Купил Долгополов живого поросенка, взвалил в мешке на загорбок и посеменил мелкими шажками к воеводе. «Первейшее дело – пашпорт. А ну как не даст?..»

Воевода Ржева-города всем воеводам воевода, секунд-майор Сергей Онуфриевич Сухожилин, а по прозванью Таракан. Такое от народа прозвище он получил не зря и вовсе не за свою наружность, а по причине практичного, во благо градожителей, ума. Но об этом замечательном событии мы своевременно читателей оповестим.

Воевода Сухожилин-Таракан – сын полка, он в армии Елизаветы дослужился до сержанта, а по хлопотам проживавшей во Ржеве княгини Хилковой был произведен в офицерский чин и назначен ржевским воеводой. Несет он бремя службы вот уже двадцать лет, сначала был корпусом строен, затем стал богатеть, толстеть. Сначала ходил бритым, в парике, затем, махнув рукой на приказ, отпустил бородищу и лохматые волосы, как у кержака. Нрав у воеводы крутой, горячий, глаза завидущие, руки загребущие, да к тому же и добрым разумом не наделил его Господь, водились за ним такие фокусы, что – ах! Но милостию Божией, доброхотным заступлением престарелой княгини Хилковой, а наипаче через взятку златом, снедью и чем попало, воевода Таракан всякий раз выходил из-под суда бел и чист, аки снег блистающий. Слава тебе, Господи, и тебе, княгиня, и вам, продажные суды, продажные души, великая слава и честь во веки веков. Аминь.
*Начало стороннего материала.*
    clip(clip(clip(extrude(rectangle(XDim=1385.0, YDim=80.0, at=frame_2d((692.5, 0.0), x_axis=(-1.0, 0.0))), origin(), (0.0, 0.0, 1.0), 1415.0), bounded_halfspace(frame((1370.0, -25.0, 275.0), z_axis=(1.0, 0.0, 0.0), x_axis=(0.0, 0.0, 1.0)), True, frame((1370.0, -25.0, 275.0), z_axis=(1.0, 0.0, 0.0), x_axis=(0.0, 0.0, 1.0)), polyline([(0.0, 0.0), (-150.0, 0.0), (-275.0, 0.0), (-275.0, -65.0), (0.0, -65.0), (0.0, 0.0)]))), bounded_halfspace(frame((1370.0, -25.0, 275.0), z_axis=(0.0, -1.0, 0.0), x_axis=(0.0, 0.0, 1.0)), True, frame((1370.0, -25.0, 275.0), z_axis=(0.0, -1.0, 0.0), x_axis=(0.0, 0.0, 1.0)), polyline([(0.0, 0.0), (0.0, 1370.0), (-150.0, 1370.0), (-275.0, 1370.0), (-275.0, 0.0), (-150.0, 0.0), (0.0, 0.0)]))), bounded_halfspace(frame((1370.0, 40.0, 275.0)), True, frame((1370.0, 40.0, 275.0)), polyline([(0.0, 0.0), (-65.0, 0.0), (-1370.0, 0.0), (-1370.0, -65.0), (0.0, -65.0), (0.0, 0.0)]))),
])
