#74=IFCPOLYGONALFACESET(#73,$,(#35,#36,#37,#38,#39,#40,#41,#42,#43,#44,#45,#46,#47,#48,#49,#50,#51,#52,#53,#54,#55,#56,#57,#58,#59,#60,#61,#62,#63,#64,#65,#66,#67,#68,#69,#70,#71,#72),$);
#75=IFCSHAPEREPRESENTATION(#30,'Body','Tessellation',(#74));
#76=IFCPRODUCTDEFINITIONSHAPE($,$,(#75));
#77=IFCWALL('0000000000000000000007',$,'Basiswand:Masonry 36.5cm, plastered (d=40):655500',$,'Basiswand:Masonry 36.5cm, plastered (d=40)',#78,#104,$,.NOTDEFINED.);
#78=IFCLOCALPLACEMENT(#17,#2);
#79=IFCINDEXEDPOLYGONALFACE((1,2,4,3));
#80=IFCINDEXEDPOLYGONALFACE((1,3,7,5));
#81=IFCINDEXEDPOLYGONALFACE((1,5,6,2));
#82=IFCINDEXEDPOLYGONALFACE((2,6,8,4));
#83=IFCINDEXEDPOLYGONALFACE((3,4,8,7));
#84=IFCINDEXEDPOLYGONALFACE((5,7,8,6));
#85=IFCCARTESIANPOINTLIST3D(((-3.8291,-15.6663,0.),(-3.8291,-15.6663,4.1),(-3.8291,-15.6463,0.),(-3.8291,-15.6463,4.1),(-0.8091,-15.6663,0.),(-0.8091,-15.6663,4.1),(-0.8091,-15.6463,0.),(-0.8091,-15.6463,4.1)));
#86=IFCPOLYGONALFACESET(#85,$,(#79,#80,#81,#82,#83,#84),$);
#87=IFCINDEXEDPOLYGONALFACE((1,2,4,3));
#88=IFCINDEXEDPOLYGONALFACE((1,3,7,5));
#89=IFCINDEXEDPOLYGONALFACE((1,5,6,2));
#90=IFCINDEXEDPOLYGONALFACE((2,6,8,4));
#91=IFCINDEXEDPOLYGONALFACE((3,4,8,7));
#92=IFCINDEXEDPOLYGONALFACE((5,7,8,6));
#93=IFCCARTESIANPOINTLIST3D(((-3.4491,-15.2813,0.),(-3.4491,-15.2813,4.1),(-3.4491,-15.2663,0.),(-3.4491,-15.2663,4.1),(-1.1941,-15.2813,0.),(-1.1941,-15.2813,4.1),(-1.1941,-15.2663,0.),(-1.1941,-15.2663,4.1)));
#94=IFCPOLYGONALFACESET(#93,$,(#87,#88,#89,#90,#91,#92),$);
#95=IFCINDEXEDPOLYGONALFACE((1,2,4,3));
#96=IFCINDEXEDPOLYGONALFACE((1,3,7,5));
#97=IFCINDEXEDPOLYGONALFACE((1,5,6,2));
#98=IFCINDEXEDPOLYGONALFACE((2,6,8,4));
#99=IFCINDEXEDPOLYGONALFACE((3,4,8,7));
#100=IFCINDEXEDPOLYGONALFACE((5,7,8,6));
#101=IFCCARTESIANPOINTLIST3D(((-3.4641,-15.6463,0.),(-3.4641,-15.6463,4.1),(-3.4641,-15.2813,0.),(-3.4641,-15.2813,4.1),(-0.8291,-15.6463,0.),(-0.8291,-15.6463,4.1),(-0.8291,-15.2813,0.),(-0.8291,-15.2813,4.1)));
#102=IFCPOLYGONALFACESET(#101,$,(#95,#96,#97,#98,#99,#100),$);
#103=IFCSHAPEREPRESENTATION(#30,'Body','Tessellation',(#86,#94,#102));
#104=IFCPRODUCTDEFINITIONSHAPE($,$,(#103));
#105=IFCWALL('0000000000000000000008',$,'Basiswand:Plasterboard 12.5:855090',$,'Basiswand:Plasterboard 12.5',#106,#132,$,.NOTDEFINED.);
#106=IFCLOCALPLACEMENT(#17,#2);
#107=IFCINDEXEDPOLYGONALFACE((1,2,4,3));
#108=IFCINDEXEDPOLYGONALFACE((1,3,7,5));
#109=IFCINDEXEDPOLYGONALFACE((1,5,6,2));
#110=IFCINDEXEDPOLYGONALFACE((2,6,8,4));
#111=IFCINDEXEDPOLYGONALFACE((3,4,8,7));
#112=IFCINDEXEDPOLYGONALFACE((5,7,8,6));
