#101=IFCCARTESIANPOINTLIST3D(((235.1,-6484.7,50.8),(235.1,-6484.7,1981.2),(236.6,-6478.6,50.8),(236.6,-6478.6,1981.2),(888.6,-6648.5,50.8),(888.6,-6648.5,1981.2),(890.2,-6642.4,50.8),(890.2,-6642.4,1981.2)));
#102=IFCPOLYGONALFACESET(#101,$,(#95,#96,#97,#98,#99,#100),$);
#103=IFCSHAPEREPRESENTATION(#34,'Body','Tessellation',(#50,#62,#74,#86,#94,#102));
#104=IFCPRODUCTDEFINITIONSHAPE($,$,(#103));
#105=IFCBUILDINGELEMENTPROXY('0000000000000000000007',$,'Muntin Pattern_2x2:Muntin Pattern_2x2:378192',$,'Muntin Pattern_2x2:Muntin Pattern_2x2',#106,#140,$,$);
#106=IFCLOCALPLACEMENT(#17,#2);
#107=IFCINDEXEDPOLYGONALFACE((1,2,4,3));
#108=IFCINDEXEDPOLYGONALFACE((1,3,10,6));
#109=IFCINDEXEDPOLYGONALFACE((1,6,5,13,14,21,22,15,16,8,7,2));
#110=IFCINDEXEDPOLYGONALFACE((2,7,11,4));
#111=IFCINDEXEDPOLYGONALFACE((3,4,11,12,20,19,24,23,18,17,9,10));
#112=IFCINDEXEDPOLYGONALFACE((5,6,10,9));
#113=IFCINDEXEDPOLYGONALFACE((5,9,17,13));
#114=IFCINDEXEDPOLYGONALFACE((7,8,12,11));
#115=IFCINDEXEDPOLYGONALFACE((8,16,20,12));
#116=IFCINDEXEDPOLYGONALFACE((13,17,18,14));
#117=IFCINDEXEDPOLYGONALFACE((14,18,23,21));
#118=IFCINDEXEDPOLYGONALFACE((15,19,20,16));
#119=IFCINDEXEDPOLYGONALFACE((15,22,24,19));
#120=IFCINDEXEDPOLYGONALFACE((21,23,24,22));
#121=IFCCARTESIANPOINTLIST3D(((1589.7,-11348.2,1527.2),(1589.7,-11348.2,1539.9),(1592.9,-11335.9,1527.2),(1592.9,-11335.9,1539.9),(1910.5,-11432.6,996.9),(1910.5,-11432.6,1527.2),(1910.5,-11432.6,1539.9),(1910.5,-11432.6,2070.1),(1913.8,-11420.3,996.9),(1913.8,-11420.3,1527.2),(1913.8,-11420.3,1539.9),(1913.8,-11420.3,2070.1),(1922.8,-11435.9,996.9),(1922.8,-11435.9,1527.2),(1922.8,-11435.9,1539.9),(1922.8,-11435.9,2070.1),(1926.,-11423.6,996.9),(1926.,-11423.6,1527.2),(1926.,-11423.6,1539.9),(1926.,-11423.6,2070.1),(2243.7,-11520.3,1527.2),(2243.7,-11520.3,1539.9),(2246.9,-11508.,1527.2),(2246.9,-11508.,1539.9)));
Мороз за щеки хватает, поросенок визжит, купец покряхтывает. А вот и богатый каменный воеводин дом. У ворот в полосатой будке дремлет будочник с алебардой на плече, возле его ног рыжая шавочка по-сердитому пошавкивает.

– Песик, песик, на! – С опаской оглядываясь на собачку, купец юркнул во двор, сдал поросеночка на кухне с низким поклоном воеводихе, сам – в канцелярию.

Пусто, столы заляпаны чернилами, гусиные перья разбросаны, пол в плевках, в рваных бумажонках. На воеводинском, под красным сукном, столе – петровских времен зерцало, пропыленные дела, на делах разомлевший кот дремлет, над столом в золоченой раме ее величество висит, через плечо генеральская лента со звездой, расчудесными глазами весело на Долгополова взирает.

Нет никого, в открытую дверь мужественный храп несется, надо быть, сам воевода после сытной снеди дрыхнет. Долгополов топнул, кашлянул. Храпит начальство. Долгополов двинул ногой табуретку, двинул стол, барашком крикнул:

– Здравия желаю! Это я...

Храп сразу лопнул, воевода замычал, застонал, сплюнул и мерзопакостно изволил обругаться:

– Эй, писчик! Ты что, сволочь, так шумишь, спать не даешь? Рыло разобью!

– Это я, отец воевода, – загнусил высоким голосом Остафий Трифонович. – Раб твой худородный, купчишка Долгополов челом тебе бить пришел. Не прогневайся, выйди, отец-благодетель...

В доме жара, от печей горячий воздух тек, обрюзгший большебрюхий воевода выплыл из покоев в подштанниках, в расcтегнутой рубахе, босой. Волосы всклочены, борода лохмата, глаза бараньи, губы толстые. За окном сумерки, в канцелярии серый полумрак.

– Ты чего, дьявол, стучишь? – крикнул воевода. – Ах, это ты, Долгополов? Я думал – подканцелярист... Пошто поздно? Присутствие закрыто ведь, – воевода рыгнул, перекрестил рот, почесал брюхо, сел за стол. – Что скажешь?

– Ой, отец-воевода, Сергей Онуфрич, до твоей милости я, пашпорт хочу исхлопотать, хочу в Москву да в Казань-город ехать по спешным делам моим.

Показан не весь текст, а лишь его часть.